Argued January 9, 1997
Decided February 11, 1997
APPEAL from an order of the Appellate Division of the Supreme Court in the Second Judicial Department, entered January 16, 1996, which, with two Justices dissenting, affirmed a judgment of the Supreme Court (Joan Lefkowitz, J.), entered in Rockland County, upon a jury verdict in favor of defendants, dismissing the complaint.
Kaye, Scholer, Fierman, Hays Handler, L.L.P., New York City (James D. Herschlein and Sheila S. Boston of counsel), for appellant.
Callan, Regenstreich, Koster Brady, New York City (Michael I. Braverman and Bruce M. Brady), for respondents.
Anastasia Rockas, New York City, and Lea Haber Kuck for National Organization for Women and others, amici curiae.
Coopersmith v Gold, 223 A.D.2d 572, affirmed.
The order of the Appellate Division should be affirmed, with costs.
Plaintiff instituted this medical malpractice action against defendant alleging that defendant engaged in a sexual relationship with her during the course of their psychiatrist-patient relationship. Plaintiff charged that rather than providing therapy consistent with the accepted standards of psychiatric care, defendant sexualized their relationship to the detriment of her emotional and mental health. Defendant has consistently denied that he engaged in a sexual relationship with plaintiff, which conduct, he acknowledged, would transgress accepted standards of psychiatric practice. Defendant testified at trial that plaintiff fabricated the existence of an intimate sexual relationship between them. Thus, the critical issue for the jury was whose version of the psychiatrist-patient relationship was truthful, which set the stage for a credibility contest between the parties.

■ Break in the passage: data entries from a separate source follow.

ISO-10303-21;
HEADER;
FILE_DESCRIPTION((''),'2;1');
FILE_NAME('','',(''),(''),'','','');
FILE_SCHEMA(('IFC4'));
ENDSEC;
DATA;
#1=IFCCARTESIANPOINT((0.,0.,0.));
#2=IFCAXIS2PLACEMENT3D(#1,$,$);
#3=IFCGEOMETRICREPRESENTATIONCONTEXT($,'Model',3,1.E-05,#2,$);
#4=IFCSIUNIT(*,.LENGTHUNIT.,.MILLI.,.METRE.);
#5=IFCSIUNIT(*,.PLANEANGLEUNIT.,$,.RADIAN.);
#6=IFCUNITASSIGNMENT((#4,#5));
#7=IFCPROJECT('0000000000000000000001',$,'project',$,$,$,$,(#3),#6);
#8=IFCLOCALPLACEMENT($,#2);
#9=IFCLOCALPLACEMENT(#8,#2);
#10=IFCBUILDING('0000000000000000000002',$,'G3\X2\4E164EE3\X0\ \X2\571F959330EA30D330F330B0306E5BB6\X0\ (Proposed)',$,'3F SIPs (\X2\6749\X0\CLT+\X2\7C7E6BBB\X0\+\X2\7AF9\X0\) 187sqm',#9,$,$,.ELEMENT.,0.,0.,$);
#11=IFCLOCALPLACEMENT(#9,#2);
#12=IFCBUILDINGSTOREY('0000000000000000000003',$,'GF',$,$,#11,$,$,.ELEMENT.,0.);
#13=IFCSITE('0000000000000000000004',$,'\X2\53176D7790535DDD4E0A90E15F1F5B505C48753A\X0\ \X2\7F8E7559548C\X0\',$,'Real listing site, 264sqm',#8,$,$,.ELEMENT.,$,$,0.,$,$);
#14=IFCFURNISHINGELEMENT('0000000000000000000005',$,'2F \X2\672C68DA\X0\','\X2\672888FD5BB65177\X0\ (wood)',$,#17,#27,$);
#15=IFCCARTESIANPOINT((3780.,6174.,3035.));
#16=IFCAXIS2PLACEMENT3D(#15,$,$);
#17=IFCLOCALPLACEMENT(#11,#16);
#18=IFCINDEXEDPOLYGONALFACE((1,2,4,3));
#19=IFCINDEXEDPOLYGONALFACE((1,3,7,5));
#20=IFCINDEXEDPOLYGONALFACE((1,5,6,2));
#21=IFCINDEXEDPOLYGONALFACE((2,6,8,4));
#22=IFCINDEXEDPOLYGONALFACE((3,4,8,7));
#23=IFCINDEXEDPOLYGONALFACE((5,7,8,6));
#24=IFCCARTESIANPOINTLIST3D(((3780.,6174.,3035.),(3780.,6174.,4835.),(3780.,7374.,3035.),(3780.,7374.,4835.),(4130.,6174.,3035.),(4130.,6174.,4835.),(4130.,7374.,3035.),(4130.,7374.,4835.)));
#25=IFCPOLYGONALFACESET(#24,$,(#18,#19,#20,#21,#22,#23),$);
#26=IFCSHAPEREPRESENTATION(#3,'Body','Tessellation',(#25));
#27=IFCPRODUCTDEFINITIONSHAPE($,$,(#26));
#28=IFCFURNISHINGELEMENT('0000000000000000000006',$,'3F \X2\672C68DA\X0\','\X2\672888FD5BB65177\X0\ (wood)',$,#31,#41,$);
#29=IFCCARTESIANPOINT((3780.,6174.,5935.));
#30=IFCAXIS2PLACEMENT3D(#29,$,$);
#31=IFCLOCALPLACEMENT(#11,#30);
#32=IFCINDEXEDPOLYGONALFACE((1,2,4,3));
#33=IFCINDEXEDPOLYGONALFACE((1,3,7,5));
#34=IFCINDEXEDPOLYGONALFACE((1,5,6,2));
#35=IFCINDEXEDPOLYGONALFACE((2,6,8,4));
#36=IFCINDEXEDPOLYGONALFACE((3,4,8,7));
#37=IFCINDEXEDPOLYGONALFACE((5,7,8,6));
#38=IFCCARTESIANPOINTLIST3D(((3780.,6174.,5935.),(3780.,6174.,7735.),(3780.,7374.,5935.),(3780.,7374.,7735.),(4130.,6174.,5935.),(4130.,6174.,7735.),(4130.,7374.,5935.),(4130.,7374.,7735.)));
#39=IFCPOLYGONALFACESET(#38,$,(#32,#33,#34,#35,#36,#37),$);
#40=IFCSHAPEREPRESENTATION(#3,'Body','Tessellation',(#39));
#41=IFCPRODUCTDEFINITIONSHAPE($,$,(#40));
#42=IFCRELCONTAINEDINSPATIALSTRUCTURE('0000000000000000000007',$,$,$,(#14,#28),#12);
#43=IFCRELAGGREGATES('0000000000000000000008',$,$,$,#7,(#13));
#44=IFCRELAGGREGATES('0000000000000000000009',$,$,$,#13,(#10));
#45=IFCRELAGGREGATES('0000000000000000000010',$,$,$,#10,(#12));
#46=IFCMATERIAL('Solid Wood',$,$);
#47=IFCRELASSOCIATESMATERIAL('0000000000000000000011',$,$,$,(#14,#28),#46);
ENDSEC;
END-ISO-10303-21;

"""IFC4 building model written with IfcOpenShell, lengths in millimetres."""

from ifc_helpers import new_model, si_unit, frame, frame_2d, origin, place, context, project, spatial, rectangle, extrude, material, element, save


model = new_model("IFC4")

# Units and contexts
model_context = context("Model", 3, precision=1e-05, world=origin())
ifc_project = project(units=[si_unit("LENGTHUNIT", "METRE", prefix="MILLI"), si_unit("PLANEANGLEUNIT", "RADIAN")], contexts=[model_context])

# Site, building, storey
site_placement = place(None, origin())
site = spatial("IfcSite", under=ifc_project, at=site_placement, Name="北海道川上郡弟子屈町 美留和", ObjectType="Real listing site, 264sqm", CompositionType="ELEMENT", RefElevation=0.0)
building_placement = place(site_placement, origin())
building = spatial("IfcBuilding", under=site, at=building_placement, Name="G3世代 土間リビングの家 (Proposed)", ObjectType="3F SIPs (杉CLT+籾殻+竹) 187sqm", CompositionType="ELEMENT", ElevationOfRefHeight=0.0, ElevationOfTerrain=0.0)
storey_placement = place(building_placement, origin())
storey = spatial("IfcBuildingStorey", under=building, at=storey_placement, Name="GF", CompositionType="ELEMENT", Elevation=0.0)

# Shared definitions
ifc_material_1 = material(Name="Solid Wood")

# Furnishing elements
furnishing_1_placement = place(storey_placement, frame((3780.0, 6174.0, 3035.0)))
element("IfcFurnishingElement", 1, at=furnishing_1_placement, inside=storey, material=ifc_material_1, Name="2F 本棚", Description="木製家具 (wood)", context=model_context, shape_type="SweptSolid", body=[
    extrude(rectangle(XDim=350.0, YDim=1200.0, at=frame_2d((175.0, 600.0))), frame((3780.0, 6174.0, 3035.0)), (0.0, 0.0, 1.0), 1800.0),
])
furnishing_2_placement = place(storey_placement, frame((3780.0, 6174.0, 5935.0)))
element("IfcFurnishingElement", 2, at=furnishing_2_placement, inside=storey, material=ifc_material_1, Name="3F 本棚", Description="木製家具 (wood)", context=model_context, shape_type="SweptSolid", body=[
    extrude(rectangle(XDim=350.0, YDim=1200.0, at=frame_2d((175.0, 600.0))), frame((3780.0, 6174.0, 5935.0)), (0.0, 0.0, 1.0), 1800.0),
])

save(model, "model.ifc")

By pretrial in limine motion, plaintiff sought permission to call four of defendant's former patients, who also claimed to have been sexually involved with defendant, in an attempt to establish that defendant repeatedly formed sexual liaisons with his patients and that each relationship followed the same pattern. The trial court properly denied this motion based on the settled rule that evidence of prior, similar acts is inadmissible to prove that defendant perpetrated the same act on a later, unrelated occasion ( see, Matter of Brandon, 55 N.Y.2d 206, 210-211; see also, People v Vargas, 88 N.Y.2d 856, 858; People v Alvino, 71 N.Y.2d 233, 241).
Similarly, the trial court correctly denied plaintiff's oral applications at trial to call these former patients. Rejecting plaintiff's contention that defendant "opened the door" to evidence regarding his character, the court properly ruled that the proffered testimony was "much too collateral" to the issue at trial, and highly prejudicial ( see, People v Pavao, 59 N.Y.2d 282, 289; 1 McCormick, Evidence § 49 [4th ed]). However, the court did allow plaintiff to testify in rebuttal in an attempt to rehabilitate her credibility.

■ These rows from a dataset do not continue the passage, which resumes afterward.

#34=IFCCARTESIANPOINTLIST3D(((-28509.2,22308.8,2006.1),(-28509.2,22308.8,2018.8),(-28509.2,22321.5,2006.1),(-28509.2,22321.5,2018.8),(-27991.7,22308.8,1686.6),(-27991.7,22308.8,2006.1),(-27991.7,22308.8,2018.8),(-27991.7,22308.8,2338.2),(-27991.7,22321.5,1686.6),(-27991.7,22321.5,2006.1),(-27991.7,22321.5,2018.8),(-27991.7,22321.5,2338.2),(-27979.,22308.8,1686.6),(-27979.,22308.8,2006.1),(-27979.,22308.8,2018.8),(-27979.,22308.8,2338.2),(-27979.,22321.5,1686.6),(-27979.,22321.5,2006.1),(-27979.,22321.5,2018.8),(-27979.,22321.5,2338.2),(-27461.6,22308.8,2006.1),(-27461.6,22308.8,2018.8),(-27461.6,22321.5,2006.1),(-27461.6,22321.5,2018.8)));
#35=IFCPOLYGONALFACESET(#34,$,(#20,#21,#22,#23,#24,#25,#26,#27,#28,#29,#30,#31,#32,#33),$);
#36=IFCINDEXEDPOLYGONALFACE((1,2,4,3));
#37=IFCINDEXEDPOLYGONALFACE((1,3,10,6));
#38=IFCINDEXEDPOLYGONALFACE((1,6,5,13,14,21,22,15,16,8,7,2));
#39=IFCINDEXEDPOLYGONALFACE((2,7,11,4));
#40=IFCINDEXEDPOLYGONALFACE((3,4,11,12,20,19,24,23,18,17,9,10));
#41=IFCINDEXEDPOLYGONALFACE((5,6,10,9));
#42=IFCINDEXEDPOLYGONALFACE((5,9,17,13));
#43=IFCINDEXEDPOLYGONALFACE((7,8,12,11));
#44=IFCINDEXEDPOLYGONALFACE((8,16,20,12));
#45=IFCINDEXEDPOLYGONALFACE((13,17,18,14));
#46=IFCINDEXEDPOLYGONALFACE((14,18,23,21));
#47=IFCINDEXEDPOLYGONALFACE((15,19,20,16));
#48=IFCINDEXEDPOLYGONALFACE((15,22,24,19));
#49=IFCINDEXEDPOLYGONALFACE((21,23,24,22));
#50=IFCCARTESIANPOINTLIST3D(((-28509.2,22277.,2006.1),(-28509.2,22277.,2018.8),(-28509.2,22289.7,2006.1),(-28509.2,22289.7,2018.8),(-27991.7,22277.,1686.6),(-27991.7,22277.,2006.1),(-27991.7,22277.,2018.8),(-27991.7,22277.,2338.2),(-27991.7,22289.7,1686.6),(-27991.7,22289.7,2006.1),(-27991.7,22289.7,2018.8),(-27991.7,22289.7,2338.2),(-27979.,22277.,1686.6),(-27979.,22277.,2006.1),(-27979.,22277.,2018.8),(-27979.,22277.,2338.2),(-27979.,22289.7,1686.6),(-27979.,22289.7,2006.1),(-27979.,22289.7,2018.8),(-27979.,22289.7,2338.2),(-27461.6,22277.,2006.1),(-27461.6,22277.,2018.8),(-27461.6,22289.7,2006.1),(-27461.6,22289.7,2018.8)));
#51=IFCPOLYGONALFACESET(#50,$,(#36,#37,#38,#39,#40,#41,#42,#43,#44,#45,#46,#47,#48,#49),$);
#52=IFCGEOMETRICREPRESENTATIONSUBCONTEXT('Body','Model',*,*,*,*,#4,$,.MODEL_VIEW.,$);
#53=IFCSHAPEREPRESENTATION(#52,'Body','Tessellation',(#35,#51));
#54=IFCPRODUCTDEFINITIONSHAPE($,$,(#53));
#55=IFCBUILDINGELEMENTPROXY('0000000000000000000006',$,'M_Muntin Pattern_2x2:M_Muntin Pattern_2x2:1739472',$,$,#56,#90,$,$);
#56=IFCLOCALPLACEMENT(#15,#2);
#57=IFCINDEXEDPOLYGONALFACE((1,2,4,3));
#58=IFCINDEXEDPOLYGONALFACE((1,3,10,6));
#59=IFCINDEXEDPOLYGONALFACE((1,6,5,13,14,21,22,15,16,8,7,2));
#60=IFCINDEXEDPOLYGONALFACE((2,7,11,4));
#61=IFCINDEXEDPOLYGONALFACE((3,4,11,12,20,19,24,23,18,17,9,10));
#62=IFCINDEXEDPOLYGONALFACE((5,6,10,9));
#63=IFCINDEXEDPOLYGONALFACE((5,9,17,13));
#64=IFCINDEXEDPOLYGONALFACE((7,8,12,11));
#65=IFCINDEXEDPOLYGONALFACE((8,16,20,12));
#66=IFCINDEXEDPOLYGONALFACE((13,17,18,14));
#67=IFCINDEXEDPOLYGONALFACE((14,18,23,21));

By formal motion made after both parties had rested, plaintiff once again renewed her request to introduce the testimony of two of defendant's former patients, this time seeking to call these individuals as additional rebuttal. Plaintiff argued that once the trial court permitted defendant, on his direct case, to display to the jury the surgical scars on his torso to refute plaintiff's contention that they had a multiyear sexual relationship, she was entitled to then demonstrate why she did not observe the scars. It was plaintiff's contention, which defendant's former patients might confirm in their proffered testimony, that defendant's peculiar sexual practices and failure to completely disrobe prevented her from observing any scars. The trial court denied the application, ruling that the proffered testimony related to a collateral matter and would be highly prejudicial since such testimony would be admitted solely for impeachment purposes.

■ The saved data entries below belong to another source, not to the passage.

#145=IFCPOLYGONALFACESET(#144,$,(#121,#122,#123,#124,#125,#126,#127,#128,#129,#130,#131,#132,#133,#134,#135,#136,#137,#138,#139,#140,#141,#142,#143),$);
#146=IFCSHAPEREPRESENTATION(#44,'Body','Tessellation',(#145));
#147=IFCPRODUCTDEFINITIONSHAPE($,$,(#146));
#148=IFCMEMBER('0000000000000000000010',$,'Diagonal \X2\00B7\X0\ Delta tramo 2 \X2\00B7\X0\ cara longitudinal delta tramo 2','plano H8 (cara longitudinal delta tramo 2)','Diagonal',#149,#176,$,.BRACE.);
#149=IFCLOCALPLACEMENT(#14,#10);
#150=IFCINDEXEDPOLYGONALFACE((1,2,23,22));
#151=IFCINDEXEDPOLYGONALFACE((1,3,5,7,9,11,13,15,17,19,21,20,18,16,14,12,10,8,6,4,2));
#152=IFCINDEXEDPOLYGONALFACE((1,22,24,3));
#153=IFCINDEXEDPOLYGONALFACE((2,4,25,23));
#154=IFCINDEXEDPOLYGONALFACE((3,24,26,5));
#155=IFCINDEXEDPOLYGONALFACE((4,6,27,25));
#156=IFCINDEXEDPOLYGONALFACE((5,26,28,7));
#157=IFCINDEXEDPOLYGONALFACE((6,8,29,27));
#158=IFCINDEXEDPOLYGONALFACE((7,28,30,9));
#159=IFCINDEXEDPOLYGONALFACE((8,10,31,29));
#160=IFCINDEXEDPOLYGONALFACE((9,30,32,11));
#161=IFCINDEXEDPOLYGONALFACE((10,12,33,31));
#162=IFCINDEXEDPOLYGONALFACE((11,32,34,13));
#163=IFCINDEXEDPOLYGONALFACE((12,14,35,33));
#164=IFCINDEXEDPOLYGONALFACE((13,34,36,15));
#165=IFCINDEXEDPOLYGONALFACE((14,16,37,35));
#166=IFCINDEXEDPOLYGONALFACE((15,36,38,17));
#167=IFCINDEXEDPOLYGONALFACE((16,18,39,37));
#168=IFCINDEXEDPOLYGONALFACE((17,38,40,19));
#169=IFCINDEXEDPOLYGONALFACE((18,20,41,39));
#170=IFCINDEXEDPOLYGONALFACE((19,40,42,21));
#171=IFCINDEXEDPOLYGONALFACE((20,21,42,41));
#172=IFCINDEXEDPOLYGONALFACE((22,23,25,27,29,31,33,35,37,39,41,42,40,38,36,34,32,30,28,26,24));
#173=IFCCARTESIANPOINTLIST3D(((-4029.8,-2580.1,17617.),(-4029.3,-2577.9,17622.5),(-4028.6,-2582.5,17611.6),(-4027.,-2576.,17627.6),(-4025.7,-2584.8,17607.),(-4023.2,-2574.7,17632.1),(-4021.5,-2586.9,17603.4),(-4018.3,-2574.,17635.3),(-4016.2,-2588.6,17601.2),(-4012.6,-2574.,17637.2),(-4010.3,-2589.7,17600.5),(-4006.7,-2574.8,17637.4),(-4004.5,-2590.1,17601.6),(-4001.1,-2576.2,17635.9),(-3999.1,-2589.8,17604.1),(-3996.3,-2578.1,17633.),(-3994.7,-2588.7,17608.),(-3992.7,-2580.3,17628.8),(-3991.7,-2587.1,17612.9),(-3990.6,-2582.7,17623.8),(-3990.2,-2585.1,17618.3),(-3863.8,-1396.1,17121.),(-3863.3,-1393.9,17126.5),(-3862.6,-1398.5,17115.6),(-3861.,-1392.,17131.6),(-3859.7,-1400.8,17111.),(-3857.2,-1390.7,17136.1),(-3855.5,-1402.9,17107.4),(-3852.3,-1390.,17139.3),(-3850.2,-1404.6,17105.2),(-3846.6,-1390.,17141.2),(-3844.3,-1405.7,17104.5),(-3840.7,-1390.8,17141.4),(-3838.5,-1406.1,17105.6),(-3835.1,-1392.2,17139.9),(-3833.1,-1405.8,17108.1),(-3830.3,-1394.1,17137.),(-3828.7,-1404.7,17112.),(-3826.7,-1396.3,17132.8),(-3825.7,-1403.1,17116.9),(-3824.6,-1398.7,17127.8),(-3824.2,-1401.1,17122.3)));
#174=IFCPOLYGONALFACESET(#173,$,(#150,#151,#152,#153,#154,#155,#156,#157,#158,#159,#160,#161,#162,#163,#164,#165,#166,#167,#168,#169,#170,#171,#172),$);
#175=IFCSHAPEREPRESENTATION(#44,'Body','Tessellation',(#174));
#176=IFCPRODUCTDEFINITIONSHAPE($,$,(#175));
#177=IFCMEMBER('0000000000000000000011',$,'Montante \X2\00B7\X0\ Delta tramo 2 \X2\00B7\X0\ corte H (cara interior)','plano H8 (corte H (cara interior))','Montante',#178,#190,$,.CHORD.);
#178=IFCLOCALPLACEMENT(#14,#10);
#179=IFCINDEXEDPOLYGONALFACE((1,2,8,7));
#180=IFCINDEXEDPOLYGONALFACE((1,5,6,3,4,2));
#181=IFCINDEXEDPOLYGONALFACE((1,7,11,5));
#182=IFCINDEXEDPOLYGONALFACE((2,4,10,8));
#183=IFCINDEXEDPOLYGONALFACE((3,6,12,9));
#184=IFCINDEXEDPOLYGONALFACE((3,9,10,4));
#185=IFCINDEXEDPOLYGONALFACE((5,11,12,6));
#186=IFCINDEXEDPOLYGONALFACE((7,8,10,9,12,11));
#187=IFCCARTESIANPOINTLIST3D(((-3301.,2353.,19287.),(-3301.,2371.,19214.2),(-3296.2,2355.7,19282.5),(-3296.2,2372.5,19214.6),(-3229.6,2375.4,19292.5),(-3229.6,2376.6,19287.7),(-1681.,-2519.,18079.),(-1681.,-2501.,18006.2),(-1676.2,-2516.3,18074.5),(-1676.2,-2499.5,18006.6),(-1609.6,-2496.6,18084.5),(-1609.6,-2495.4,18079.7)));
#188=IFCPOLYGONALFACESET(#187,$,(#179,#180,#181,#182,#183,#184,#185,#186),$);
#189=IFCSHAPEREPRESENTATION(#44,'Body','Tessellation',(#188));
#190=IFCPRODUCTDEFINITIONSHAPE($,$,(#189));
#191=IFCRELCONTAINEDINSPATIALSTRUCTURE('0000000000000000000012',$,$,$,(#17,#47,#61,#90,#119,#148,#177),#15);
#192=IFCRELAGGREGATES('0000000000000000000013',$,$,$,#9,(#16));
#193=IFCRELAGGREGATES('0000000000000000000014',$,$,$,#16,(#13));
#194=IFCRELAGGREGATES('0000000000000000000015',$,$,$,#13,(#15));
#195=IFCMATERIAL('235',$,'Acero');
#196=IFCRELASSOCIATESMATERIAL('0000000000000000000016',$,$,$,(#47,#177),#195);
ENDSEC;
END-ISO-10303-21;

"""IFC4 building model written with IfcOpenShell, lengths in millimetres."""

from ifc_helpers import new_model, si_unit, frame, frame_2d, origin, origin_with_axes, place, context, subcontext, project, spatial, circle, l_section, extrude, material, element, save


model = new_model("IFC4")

After the jury's verdict for defendant, the trial court adhered to this determination in an order denying plaintiff's motion to set aside the verdict. The Appellate Division affirmed the judgment dismissing the complaint ( see, Coopersmith v Gold, 223 A.D.2d 572).
A trial court is invested with broad discretion to restrict inquiry into collateral matters ( see, Feldsberg v Nitschke, 49 N.Y.2d 636, 643 [citations omitted], rearg denied 50 N.Y.2d 1059). The primary reason plaintiff sought to introduce the proffered testimony was to challenge defendant's credibility and rehabilitate her own, which are collateral matters by their very essence. Therefore, we cannot say as a matter of law that the trial court abused its discretion by denying plaintiff's applications to call defendant's former patients as rebuttal witnesses, especially where the obvious purpose of such rebuttal was simply to bolster her case and counter defendant's ( see, People v Pavao, 59 N.Y.2d, at 288-289, supra; People v Schwartzman, 24 N.Y.2d 241, 245, cert denied 396 U.S. 846).
The remaining contentions raised on appeal are without merit.
Chief Judge KAYE and Judges BELLACOSA, SMITH, CIPARICK and WESLEY concur; Judges TITONE and LEVINE taking no part.
Order affirmed, with costs, in a memorandum.